- **DATA**:
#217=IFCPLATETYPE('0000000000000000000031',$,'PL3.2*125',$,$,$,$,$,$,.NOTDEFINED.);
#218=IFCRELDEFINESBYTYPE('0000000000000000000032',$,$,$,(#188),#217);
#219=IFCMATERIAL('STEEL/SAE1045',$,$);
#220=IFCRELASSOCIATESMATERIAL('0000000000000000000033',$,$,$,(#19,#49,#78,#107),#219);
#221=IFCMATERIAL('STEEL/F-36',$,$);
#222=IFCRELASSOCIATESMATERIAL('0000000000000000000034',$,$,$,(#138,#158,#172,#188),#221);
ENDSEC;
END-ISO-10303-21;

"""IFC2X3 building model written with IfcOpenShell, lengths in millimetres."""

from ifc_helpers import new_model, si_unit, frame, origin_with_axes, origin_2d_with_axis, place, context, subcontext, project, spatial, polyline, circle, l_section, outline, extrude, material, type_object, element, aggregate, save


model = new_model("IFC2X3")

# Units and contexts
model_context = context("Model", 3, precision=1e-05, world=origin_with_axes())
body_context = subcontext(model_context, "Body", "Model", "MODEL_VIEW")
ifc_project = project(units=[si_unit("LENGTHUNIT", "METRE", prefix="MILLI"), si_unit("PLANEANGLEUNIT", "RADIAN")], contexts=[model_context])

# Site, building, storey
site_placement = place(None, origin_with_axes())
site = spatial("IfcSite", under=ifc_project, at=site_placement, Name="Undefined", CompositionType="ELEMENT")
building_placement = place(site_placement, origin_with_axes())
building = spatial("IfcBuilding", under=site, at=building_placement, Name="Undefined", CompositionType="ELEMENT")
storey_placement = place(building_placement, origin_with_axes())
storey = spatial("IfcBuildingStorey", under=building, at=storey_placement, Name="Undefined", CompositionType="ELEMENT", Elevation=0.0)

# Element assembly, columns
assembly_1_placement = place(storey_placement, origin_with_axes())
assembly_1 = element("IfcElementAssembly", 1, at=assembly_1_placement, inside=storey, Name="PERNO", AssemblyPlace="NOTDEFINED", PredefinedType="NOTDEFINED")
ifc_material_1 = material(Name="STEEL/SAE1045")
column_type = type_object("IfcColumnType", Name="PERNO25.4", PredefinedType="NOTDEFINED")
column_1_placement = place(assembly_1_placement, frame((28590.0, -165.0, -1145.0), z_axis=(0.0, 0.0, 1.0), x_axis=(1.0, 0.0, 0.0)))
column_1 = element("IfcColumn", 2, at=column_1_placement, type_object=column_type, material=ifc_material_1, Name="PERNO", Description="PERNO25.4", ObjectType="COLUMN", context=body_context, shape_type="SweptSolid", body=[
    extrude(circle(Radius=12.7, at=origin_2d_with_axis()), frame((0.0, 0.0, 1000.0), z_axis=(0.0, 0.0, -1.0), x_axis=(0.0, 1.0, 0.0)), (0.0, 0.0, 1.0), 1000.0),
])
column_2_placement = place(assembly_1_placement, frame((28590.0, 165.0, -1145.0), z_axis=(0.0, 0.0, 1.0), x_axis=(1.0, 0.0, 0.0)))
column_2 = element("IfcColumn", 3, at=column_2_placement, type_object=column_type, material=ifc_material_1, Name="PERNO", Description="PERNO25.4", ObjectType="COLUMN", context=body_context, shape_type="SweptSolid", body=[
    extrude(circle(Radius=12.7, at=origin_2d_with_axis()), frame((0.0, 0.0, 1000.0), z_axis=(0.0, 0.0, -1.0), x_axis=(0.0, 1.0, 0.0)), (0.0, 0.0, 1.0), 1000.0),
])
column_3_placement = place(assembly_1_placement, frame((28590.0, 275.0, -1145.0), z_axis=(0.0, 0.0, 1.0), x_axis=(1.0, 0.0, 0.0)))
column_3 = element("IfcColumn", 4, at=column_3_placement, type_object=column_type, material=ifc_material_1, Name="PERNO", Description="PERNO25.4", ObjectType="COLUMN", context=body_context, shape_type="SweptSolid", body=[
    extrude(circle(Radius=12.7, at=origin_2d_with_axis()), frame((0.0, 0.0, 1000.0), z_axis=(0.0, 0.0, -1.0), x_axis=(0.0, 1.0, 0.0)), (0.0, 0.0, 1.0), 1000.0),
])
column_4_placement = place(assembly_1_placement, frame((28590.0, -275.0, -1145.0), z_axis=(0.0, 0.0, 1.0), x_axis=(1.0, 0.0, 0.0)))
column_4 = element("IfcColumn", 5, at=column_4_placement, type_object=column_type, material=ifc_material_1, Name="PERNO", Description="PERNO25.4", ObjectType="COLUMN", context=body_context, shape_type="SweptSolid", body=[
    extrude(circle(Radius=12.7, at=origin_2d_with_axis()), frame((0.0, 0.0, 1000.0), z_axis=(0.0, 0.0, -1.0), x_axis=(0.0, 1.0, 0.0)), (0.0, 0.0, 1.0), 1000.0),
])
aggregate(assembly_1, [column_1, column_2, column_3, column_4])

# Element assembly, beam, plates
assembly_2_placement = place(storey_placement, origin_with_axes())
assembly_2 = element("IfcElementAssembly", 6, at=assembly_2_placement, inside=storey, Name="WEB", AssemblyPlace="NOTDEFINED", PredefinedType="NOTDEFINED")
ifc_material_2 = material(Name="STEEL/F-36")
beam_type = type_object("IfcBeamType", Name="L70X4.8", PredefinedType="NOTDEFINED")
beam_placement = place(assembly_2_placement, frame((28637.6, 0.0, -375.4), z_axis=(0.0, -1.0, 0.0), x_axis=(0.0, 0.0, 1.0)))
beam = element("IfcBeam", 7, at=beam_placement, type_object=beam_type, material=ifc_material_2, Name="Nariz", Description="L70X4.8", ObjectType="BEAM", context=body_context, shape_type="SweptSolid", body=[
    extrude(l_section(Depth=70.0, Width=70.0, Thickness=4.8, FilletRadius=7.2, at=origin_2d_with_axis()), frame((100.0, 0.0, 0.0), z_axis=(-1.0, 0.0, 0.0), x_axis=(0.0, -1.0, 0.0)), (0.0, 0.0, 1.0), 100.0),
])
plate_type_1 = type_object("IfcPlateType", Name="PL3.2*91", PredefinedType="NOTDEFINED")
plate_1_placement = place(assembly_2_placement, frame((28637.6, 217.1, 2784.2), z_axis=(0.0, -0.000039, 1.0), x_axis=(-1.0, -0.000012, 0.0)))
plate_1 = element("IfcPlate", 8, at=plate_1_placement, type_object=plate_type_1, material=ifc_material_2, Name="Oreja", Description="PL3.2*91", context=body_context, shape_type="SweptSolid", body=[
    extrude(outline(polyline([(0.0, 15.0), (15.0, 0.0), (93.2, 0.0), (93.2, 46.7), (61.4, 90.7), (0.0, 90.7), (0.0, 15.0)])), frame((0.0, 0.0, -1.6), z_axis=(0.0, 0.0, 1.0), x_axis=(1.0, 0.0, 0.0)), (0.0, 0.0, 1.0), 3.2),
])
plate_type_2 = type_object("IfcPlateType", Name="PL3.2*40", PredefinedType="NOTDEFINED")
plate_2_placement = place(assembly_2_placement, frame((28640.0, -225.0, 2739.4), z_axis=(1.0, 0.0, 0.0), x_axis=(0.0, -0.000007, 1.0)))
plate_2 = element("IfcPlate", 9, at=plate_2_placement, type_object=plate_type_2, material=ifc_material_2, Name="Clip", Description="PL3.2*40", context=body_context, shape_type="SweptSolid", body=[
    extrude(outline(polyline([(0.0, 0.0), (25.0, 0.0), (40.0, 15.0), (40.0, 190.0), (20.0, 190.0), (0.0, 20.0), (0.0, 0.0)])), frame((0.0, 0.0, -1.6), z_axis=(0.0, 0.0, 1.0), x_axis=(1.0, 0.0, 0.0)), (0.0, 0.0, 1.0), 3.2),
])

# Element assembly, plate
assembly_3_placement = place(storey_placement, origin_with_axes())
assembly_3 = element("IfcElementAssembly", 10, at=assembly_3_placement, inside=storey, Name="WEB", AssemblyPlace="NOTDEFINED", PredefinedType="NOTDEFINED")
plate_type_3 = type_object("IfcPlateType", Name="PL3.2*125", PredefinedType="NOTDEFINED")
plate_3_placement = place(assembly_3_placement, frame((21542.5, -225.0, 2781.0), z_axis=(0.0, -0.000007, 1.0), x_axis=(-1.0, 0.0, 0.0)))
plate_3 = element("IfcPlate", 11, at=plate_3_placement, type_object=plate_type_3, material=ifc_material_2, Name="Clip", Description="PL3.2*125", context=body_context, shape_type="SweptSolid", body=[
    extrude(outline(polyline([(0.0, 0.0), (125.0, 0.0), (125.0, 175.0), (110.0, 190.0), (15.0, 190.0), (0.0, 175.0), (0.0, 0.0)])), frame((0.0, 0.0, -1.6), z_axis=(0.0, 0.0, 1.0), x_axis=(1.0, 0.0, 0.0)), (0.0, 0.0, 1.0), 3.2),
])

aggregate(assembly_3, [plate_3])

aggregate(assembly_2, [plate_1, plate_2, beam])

- **YOUR GOAL**:
Lines containing the word "inside" are to be located in the entries and copied.

- **TASK OUTPUT**:
assembly_1 = element("IfcElementAssembly", 1, at=assembly_1_placement, inside=storey, Name="PERNO", AssemblyPlace="NOTDEFINED", PredefinedType="NOTDEFINED")
assembly_2 = element("IfcElementAssembly", 6, at=assembly_2_placement, inside=storey, Name="WEB", AssemblyPlace="NOTDEFINED", PredefinedType="NOTDEFINED")
assembly_3 = element("IfcElementAssembly", 10, at=assembly_3_placement, inside=storey, Name="WEB", AssemblyPlace="NOTDEFINED", PredefinedType="NOTDEFINED")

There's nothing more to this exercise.